13.3 Rights of assignee Any assignee, transferee or sub-participant of
the Bank shall (unless limited by the express terms of the
assignment, transfer or sub-participation) take the full benefit
of every provision of the Security Documents benefiting the Bank.
14 Payments, Mandatory Prepayment, Reserve Requirements and Illegality
14.1 Payments All amounts payable by the Borrower under or pursuant to
any of the Security Documents shall be paid to such accounts at
such banks as the Bank may from time to time direct to the
Borrower, and (unless payable in any other Currency of Account)
shall be paid in Dollars in same day funds (or such funds as are
required by the authorities in the United States of America for
settlement of international payments for immediate value).

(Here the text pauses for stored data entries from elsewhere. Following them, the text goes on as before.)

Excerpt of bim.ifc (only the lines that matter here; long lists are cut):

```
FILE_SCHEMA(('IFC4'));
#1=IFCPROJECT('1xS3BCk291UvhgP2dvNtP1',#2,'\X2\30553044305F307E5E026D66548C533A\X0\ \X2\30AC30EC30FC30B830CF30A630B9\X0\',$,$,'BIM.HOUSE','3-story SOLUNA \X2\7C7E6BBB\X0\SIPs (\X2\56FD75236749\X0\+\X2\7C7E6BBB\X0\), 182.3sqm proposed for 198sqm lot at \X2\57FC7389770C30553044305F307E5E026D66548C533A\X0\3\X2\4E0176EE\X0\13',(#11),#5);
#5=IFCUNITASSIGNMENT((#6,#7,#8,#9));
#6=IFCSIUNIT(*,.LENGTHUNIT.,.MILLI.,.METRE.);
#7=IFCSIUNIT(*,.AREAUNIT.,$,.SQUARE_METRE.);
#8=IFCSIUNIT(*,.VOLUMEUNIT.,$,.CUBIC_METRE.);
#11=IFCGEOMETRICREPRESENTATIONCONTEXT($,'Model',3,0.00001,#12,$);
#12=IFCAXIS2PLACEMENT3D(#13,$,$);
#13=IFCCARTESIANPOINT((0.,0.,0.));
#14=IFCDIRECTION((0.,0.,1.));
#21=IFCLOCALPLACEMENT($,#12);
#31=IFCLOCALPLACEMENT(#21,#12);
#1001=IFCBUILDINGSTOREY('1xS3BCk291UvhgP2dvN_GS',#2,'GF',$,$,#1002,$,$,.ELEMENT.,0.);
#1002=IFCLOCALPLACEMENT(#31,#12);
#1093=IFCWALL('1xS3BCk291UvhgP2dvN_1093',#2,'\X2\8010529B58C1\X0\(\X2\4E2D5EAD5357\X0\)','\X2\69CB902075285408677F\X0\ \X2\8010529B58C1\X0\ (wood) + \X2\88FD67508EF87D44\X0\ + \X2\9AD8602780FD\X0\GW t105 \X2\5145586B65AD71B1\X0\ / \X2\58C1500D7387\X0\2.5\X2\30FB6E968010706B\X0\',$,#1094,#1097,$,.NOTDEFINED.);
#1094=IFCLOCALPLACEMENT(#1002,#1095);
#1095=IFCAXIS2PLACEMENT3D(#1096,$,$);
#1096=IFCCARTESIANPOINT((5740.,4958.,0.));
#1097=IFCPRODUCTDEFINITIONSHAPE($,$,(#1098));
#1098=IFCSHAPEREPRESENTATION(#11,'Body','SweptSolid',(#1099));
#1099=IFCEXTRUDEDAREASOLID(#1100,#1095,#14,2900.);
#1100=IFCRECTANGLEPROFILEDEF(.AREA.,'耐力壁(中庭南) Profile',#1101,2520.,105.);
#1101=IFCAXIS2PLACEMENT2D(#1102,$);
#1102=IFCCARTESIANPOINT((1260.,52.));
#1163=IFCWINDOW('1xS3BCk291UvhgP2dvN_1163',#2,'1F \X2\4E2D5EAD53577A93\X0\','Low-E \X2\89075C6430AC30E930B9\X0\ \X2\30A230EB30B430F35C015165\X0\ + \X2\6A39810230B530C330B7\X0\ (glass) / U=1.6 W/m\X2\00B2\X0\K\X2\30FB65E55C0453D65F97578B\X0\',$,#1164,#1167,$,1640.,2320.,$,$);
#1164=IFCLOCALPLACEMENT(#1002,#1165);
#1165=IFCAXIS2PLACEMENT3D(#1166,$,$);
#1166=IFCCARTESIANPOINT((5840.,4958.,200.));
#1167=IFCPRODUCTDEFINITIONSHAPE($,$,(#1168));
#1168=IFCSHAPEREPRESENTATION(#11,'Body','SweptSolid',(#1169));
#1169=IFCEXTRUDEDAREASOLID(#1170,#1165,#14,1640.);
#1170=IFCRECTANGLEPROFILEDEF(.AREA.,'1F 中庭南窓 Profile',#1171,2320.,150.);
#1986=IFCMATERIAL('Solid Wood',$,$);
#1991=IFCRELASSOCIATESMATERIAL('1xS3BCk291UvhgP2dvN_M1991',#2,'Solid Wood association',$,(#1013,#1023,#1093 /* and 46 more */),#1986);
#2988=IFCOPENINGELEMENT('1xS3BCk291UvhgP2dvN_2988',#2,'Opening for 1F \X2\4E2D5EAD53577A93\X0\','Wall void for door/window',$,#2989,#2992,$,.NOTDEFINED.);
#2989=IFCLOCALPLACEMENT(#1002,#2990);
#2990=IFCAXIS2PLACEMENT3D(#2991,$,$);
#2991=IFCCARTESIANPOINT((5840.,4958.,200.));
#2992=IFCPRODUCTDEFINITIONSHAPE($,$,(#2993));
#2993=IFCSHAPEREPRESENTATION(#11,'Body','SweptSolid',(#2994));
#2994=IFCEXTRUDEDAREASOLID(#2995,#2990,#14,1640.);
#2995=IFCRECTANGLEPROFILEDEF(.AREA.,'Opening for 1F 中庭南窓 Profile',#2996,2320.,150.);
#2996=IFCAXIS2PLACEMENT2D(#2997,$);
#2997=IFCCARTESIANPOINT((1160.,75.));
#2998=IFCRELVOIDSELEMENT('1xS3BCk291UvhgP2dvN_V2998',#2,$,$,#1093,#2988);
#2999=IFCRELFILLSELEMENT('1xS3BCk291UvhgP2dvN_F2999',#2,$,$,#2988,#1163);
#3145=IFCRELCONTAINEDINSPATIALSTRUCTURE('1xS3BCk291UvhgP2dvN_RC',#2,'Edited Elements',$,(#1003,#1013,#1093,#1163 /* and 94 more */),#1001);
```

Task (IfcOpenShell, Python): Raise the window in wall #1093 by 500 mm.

```python
import numpy as np
import ifcopenshell
import ifcopenshell.api.geometry
import ifcopenshell.util.placement
import ifcopenshell.util.unit

model = ifcopenshell.open("bim.ifc")
unit_scale = ifcopenshell.util.unit.calculate_unit_scale(model)

window = model.by_guid("1xS3BCk291UvhgP2dvN_1163")
opening = window.FillsVoids[0].RelatingOpeningElement
dz = 0.5 / unit_scale

shift = np.array([0.0, 0.0, dz])
# The window is not placed relative to its opening, so move both.
for product in (opening, window):
    matrix = ifcopenshell.util.placement.get_local_placement(product.ObjectPlacement)
    matrix[:3, 3] += shift
    ifcopenshell.api.geometry.edit_object_placement(model, product=product, matrix=matrix, is_si=False)

print(f"moved by {dz * unit_scale:+.3f} m")

model.write("bim_rev.ifc")
```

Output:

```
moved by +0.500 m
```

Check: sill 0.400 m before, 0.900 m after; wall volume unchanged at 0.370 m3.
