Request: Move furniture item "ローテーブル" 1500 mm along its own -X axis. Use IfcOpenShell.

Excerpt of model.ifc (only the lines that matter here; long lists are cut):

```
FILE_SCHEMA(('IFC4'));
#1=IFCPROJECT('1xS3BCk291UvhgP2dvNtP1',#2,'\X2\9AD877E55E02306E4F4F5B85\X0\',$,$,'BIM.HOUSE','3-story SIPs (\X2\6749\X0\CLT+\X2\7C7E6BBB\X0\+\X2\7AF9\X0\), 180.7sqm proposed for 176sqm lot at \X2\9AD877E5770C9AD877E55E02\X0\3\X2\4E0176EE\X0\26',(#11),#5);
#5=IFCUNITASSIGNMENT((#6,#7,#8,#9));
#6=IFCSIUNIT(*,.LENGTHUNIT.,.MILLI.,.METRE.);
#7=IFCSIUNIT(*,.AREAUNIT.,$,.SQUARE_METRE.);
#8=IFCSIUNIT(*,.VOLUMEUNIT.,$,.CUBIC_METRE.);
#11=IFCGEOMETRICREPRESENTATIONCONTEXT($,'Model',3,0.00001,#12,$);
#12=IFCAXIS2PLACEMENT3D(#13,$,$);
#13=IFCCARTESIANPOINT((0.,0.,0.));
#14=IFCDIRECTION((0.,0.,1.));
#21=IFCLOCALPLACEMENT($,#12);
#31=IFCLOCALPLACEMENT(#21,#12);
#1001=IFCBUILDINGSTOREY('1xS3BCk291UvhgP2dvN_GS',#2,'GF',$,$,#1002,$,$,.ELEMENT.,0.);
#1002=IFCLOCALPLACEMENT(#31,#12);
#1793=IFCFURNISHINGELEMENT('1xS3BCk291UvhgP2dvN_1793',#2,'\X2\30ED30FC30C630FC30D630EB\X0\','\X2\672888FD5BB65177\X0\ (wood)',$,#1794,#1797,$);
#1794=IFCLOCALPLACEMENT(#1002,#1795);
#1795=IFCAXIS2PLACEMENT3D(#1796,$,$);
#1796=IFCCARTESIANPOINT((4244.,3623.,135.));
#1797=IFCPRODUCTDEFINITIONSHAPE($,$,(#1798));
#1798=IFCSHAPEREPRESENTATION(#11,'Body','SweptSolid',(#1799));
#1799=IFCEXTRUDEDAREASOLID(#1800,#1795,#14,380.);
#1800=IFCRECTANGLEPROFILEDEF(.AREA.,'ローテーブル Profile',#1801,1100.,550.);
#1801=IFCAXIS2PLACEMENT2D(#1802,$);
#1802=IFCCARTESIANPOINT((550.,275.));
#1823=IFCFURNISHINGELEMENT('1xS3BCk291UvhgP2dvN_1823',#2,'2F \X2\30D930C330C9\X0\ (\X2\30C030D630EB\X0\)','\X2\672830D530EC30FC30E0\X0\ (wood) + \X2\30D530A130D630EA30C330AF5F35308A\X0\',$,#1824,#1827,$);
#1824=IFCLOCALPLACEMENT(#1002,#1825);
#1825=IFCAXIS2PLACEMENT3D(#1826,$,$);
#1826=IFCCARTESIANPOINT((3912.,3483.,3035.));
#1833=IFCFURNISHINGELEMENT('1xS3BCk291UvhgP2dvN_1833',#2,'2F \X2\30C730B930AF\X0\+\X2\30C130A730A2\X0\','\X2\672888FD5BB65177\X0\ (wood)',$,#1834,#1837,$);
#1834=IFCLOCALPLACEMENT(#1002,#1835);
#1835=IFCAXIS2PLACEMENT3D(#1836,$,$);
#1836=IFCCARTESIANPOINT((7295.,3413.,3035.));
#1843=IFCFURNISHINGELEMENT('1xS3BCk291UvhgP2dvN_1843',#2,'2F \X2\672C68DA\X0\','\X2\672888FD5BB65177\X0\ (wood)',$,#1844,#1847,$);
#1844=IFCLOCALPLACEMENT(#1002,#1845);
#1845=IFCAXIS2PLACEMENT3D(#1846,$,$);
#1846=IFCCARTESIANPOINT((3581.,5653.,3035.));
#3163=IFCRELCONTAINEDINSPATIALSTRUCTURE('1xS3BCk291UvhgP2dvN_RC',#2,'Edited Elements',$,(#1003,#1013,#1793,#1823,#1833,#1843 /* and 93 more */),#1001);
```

```python
import ifcopenshell
import ifcopenshell.api.geometry
import ifcopenshell.util.placement
import ifcopenshell.util.unit

model = ifcopenshell.open("model.ifc")
unit_scale = ifcopenshell.util.unit.calculate_unit_scale(model)

item = model.by_id(1793)
matrix = ifcopenshell.util.placement.get_local_placement(item.ObjectPlacement)
matrix[:3, 3] -= matrix[:3, 0] * 1.5 / unit_scale
ifcopenshell.api.geometry.edit_object_placement(model, product=item, matrix=matrix, is_si=False)

print(ifcopenshell.util.placement.get_local_placement(item.ObjectPlacement).round(3) + 0.0)

model.write("model_edited.ifc")
```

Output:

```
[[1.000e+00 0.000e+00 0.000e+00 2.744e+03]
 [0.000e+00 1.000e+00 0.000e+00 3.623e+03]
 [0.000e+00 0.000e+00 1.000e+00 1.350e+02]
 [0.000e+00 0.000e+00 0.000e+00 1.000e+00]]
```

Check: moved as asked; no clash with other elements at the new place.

Payments shall be deemed to have been received by the Bank on the
date on which the Bank receives authenticated advice of receipt,
unless that advice is received by the Bank on a day other than a
Business Day or at a time of day (whether on a Business Day or
not) when the Bank in its discretion considers that it is
impossible or impracticable for the Bank to utilise the amount
received for value that same day, in which event the payment in
question shall be deemed to have been received by the Bank on the
Business Day next following the date of receipt of advice by the
Bank.
14.2 No deductions or withholdings All payments (whether of principal
or interest or otherwise) to be made by the Borrower pursuant to
the Security Documents shall, subject only to Clause 14.3, be made
free and clear of and without deduction for or on account of any
Taxes or other deductions, withholdings, restrictions, conditions
or counterclaims of any nature.
14.3 Grossing-up If at any time any law requires (or is interpreted to
require) the Borrower to make any deduction or withholding from
any payment, or to change the rate or manner in which any required
deduction or withholding is made, the Borrower will promptly
notify the Bank and, simultaneously with making that payment, will
pay to the Bank whatever additional amount (after taking into
account any additional Taxes on, or deductions or withholdings
from, or restrictions or conditions on, that additional amount) is
necessary to ensure that, after making the deduction or
withholding, the Bank receives a net sum equal to the sum which it
would have received had no deduction or withholding been made.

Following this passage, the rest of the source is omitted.